Diese Szene könnte sich an vielen Orten abspielen. Und nicht nur in der Schule.
Zur Kirche zu gehen, sich zu seinem Glauben zu bekennen – das ist heute nicht mehr selbstverständlich. Manche mögen das beklagen. Andererseits ist es doch so: Gerade weil es nicht mehr selbstverständlich ist und von allen erwartetet, entscheiden sich manche bewusster dafür. Es gehört etwas dazu, sich zu entscheiden.
Das haben wir gerade auch in der Lesung mitbekommen. Jesus fordert zur Entscheidung. Darum ging es. Er trifft auf ganz unterschiedliche Menschen:
Der erste will sofort mit ihm mitgehen. Jesus antwortet: »Die Füchse haben ihren Bau und die Vögel ihr Nest; aber der Menschensohn hat keinen Platz, wo er sich hinlegen und ausruhen kann.« Das heißt: Überlege dir gut, ob du das wirklich willst. Denn ich, der Menschensohn, habe noch nicht mal einen Platz, wo ich mich hinlegen und ausruhen kann. Ich bin immer unterwegs, zu den Menschen. Willst du das?
Einen anderen spricht Jesus an und fordert ihn auf, ihm nachzufolgen. Doch der zögert. Er will zuerst noch die Beerdigung seines Vaters hinter sich bringen. Doch Jesus will, dass er ihm sofort folgt. Hier und jetzt wird Gottes Wirklichkeit anbrechen.
Der dritte will sich vorher noch von seinen Lieben verabschieden. In Ruhe aufbrechen. Das ist doch verständlich. Doch Jesus antwortet: »Wer seine Hand an den Pflug legt und zurückschaut, den kann Gott nicht gebrauchen, wenn er jetzt seine Herrschaft aufrichten will.«
Wenn ich ein Feld pflüge, dann muss ich nach vorne schauen. Sonst laufe ich Gefahr, dass der Pflug, der damals noch von Ochsen gezogen wurde, in eine völlig verkehrte Richtung pflügt. Mit dem Blick nach vorn behalte ich mein Ziel im Blick, den Boden gut vorzubereiten, damit auf dem Acker Neues wachsen kann.
Wen habe ich im Blick? Ist es Jesus, der auch uns auffordert, ihm nachzufolgen?
Will ich das? Und welche Folgen hat das für mein Leben?
Einfach ist es auch für uns nicht. Soviel ist klar. Denn diese Entscheidung müssen wir eigentlich Tag für Tag treffen. Wir treffen sie, indem wir versuchen nach Gottes Willen zu leben. Jesus hat gesagt, dass wir unseren Nächsten, also unsere Mitmenschen genauso lieben sollen wie Gott und uns selbst. Liebe ich Gott, dann soll ich auch meine Mitmenschen lieben und zwar nicht nur die, die ich ohnehin liebhabe.

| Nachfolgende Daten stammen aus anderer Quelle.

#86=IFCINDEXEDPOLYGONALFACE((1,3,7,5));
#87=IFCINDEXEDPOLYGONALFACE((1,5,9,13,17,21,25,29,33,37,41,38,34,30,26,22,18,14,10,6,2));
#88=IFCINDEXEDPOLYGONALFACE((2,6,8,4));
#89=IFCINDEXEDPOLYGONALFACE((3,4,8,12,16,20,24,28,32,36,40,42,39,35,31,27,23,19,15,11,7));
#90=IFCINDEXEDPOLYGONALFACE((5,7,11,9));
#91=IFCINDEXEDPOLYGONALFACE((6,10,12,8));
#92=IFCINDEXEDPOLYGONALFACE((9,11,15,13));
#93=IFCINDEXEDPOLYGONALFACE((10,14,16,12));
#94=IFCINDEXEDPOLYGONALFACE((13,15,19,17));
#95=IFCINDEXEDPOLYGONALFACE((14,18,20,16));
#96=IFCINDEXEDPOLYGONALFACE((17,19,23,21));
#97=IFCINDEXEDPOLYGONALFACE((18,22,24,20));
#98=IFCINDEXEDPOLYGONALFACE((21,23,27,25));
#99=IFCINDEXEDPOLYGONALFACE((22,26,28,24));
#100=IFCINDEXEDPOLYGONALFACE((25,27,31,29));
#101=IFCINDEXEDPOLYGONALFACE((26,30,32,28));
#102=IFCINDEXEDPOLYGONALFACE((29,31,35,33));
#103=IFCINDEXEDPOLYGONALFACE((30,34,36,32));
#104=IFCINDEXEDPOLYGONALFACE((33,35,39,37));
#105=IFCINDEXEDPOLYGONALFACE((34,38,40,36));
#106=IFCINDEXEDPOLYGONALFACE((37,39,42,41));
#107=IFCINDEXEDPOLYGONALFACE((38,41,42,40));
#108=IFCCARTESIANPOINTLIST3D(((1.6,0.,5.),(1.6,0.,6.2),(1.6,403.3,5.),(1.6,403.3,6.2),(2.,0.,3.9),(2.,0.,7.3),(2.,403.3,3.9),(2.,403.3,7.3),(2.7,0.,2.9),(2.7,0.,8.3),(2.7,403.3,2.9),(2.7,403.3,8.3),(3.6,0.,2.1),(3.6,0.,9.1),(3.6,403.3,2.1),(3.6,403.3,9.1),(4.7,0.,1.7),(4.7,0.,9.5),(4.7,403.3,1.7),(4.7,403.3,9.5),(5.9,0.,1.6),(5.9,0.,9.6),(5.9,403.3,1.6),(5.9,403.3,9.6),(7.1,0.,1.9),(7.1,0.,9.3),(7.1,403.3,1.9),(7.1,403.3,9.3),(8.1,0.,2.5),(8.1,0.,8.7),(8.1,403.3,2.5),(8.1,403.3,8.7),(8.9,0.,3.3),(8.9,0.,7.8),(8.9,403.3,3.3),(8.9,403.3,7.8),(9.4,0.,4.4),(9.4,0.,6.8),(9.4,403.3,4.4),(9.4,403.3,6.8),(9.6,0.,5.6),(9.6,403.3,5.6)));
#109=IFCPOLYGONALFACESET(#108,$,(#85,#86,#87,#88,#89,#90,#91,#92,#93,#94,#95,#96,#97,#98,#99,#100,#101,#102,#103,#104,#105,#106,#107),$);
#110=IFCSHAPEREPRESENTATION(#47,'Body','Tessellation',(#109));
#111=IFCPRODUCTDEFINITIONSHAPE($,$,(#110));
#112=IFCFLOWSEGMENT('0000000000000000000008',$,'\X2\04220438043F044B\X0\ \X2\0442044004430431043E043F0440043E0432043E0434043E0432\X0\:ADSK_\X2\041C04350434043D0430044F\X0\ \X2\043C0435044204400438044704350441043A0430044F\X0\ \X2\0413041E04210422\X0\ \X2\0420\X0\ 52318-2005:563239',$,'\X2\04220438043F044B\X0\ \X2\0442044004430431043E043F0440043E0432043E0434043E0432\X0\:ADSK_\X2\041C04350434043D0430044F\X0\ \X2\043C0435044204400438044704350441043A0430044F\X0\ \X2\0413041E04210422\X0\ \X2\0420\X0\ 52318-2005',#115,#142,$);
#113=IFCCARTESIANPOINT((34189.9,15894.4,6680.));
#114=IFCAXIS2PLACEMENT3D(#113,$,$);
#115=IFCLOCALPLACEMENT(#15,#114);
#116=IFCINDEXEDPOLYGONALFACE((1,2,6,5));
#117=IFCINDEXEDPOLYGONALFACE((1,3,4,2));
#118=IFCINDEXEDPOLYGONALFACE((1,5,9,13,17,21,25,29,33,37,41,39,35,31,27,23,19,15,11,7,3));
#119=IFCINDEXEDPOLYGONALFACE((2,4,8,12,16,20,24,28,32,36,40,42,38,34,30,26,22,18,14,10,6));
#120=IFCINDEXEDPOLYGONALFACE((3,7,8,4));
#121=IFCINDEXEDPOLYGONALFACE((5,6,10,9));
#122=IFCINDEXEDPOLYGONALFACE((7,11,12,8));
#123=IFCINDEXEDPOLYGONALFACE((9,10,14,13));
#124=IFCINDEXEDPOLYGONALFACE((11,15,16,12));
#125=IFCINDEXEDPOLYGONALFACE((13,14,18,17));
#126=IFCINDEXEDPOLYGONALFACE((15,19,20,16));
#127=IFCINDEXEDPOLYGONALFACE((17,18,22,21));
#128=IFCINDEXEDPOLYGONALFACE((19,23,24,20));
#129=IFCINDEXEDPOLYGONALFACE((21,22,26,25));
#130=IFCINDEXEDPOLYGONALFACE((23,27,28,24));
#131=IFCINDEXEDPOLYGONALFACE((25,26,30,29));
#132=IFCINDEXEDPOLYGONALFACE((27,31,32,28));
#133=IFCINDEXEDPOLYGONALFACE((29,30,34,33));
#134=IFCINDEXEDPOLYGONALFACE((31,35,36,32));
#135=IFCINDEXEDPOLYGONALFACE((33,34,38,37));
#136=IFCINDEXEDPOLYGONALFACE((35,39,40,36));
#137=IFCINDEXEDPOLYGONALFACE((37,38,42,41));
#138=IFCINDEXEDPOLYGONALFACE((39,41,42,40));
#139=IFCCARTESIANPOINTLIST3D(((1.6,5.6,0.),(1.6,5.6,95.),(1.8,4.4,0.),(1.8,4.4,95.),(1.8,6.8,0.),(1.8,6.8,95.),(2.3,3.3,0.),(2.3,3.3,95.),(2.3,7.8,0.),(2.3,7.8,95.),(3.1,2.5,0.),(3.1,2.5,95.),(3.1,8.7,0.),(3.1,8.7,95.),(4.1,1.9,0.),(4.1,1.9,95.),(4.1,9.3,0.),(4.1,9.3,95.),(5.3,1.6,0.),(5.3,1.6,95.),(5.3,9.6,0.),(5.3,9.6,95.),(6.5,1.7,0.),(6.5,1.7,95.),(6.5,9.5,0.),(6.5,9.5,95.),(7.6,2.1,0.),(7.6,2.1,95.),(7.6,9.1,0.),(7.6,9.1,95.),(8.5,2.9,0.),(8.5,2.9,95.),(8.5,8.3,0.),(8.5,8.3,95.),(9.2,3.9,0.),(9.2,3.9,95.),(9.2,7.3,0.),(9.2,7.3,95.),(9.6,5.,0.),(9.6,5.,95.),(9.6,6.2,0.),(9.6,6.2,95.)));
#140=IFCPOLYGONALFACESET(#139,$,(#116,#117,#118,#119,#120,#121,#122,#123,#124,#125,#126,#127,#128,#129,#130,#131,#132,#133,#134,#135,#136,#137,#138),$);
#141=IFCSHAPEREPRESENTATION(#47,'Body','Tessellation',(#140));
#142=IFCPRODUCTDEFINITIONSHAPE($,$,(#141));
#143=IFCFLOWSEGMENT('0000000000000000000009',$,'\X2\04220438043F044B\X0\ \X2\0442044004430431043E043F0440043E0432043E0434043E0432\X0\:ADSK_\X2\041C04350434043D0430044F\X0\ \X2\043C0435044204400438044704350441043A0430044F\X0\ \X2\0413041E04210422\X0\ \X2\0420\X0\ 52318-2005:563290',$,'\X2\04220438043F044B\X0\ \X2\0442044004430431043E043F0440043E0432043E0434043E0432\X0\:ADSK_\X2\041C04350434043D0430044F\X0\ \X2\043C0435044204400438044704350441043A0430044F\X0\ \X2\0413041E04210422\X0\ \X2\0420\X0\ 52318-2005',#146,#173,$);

Lina hat dieser Morgen in der Schule nachdenklich gemacht. Sie hat beschlossen, nicht zu verheimlich, dass sie an Gott glaubt. Und sie möchte die Bibel lesen und sich damit beschäftigen. Sie erzählt ihrer Freundin davon. Die findet das gar nicht doof. Und so fangen sie an, gemeinsam zu lesen.

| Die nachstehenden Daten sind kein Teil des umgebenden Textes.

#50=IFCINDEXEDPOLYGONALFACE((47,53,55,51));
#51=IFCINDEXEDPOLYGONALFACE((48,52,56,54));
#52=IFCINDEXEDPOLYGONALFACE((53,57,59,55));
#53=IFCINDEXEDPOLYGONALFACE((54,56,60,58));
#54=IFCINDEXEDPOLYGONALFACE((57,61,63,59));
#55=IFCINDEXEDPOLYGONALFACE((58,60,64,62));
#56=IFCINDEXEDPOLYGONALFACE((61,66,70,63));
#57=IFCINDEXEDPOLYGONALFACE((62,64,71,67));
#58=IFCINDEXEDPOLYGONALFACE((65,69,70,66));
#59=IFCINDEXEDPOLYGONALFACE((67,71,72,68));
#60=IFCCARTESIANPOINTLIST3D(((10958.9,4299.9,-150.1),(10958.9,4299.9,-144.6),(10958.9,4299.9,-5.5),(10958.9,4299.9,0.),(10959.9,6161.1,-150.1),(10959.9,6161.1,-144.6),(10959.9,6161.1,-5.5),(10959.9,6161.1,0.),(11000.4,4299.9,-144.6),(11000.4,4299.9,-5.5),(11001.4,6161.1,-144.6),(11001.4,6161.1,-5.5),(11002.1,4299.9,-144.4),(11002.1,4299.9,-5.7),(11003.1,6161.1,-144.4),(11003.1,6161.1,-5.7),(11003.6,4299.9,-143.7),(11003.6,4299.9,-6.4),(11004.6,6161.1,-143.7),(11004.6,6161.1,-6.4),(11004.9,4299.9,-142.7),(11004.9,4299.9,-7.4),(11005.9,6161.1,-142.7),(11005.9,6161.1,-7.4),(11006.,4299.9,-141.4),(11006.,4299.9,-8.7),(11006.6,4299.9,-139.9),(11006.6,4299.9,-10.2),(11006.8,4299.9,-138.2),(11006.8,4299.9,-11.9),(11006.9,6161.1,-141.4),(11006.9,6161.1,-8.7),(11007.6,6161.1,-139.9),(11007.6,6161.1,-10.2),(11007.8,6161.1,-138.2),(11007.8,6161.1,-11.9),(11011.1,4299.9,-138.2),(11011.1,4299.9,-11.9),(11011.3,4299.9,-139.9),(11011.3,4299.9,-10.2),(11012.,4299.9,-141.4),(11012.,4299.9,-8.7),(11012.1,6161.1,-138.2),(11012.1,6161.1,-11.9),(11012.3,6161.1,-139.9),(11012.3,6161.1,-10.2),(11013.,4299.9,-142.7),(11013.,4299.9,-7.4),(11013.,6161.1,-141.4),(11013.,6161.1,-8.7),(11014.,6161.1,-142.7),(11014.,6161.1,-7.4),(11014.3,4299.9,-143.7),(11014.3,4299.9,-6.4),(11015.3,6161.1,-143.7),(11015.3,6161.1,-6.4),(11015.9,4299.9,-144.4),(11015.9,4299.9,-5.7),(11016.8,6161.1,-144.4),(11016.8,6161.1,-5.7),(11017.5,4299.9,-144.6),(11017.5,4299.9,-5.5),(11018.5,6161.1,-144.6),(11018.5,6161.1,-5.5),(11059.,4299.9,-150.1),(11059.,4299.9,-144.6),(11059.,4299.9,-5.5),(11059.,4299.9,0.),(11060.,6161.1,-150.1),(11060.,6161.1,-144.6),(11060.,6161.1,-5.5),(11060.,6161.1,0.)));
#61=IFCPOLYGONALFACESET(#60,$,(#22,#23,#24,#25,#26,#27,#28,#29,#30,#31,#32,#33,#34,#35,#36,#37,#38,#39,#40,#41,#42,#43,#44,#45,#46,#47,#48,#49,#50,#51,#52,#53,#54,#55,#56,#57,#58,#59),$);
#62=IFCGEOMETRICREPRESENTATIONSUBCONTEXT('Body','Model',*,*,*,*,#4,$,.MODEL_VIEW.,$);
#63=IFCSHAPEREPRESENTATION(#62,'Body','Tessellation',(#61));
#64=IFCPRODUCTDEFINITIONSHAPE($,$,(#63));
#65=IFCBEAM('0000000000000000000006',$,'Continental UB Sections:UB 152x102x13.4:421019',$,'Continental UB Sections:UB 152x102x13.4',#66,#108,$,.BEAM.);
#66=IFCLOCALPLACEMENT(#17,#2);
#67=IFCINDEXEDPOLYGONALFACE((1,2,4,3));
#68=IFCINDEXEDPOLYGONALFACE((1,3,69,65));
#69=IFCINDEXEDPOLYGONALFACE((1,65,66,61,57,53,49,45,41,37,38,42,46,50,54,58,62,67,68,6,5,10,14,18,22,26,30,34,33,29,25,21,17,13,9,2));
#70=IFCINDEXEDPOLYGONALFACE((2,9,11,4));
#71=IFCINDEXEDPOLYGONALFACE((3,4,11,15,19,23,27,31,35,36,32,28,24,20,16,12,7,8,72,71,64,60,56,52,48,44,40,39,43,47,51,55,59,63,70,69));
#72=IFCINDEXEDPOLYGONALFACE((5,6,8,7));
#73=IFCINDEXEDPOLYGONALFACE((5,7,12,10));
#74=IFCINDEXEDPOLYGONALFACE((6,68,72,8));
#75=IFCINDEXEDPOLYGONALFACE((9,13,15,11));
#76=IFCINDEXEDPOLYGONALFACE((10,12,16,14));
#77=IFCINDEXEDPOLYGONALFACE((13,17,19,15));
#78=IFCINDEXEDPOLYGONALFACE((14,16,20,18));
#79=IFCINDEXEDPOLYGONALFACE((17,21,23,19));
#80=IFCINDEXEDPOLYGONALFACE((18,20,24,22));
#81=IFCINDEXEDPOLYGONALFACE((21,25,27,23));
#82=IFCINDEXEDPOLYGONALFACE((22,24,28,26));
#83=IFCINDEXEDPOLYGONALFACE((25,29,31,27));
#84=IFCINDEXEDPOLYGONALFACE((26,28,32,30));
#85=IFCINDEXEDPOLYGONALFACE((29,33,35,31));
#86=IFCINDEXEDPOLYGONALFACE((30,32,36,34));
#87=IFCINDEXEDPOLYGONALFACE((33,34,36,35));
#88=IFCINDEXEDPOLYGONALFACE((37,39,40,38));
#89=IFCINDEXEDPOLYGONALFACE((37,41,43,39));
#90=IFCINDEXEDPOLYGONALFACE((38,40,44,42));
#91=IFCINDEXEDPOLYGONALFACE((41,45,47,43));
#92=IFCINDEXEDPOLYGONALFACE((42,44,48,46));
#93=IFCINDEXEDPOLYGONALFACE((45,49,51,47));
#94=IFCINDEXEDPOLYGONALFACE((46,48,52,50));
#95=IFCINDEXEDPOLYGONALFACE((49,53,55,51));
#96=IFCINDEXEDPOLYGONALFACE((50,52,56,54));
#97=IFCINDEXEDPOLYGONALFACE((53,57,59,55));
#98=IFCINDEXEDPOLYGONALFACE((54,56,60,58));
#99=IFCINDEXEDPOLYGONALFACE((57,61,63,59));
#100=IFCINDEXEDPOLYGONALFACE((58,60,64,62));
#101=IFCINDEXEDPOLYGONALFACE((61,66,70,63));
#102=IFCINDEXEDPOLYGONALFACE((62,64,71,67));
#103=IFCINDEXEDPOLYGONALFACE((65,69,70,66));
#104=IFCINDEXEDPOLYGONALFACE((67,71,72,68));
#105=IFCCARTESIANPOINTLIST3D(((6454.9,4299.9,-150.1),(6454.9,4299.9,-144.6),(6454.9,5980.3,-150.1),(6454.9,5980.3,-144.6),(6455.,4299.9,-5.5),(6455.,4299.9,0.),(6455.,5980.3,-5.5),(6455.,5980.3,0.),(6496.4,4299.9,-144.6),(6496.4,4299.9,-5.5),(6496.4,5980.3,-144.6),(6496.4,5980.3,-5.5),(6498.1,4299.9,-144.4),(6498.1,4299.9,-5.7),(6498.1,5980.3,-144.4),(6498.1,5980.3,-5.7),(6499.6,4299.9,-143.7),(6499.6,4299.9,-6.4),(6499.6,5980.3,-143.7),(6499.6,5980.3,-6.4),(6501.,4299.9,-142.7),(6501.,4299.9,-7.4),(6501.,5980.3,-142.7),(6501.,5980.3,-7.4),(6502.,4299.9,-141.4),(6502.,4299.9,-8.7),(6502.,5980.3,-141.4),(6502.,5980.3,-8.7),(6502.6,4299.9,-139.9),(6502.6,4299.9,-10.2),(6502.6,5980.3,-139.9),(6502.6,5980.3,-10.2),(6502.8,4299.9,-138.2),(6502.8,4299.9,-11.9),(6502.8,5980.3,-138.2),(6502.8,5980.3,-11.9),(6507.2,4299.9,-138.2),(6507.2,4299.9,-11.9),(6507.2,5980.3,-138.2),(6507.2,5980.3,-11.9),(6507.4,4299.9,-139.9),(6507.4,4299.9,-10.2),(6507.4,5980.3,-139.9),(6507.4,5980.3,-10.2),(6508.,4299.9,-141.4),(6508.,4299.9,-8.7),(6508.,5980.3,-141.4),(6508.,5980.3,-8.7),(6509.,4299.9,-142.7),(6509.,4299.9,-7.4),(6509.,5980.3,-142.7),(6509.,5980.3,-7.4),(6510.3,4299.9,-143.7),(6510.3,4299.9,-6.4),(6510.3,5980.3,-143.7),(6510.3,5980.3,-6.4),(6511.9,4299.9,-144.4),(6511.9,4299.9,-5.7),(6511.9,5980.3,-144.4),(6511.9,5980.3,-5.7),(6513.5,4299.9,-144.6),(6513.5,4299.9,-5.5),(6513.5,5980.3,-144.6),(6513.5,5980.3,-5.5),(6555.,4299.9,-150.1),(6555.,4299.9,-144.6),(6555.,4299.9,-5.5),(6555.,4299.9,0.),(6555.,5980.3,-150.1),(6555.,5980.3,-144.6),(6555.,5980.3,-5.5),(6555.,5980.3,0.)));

Ein anderer lebt ganz konkret vor, was für ihn Nachfolge heißt. Er wird auf dem Schulhof geschubst und ärgert sich. „Wie kann der nur?“, fragt er sich und hätte dem Rempler am liebsten eine reingehauen. Er tut es nicht. Er tritt einen Moment zurück und schafft es, Abstand zu halten.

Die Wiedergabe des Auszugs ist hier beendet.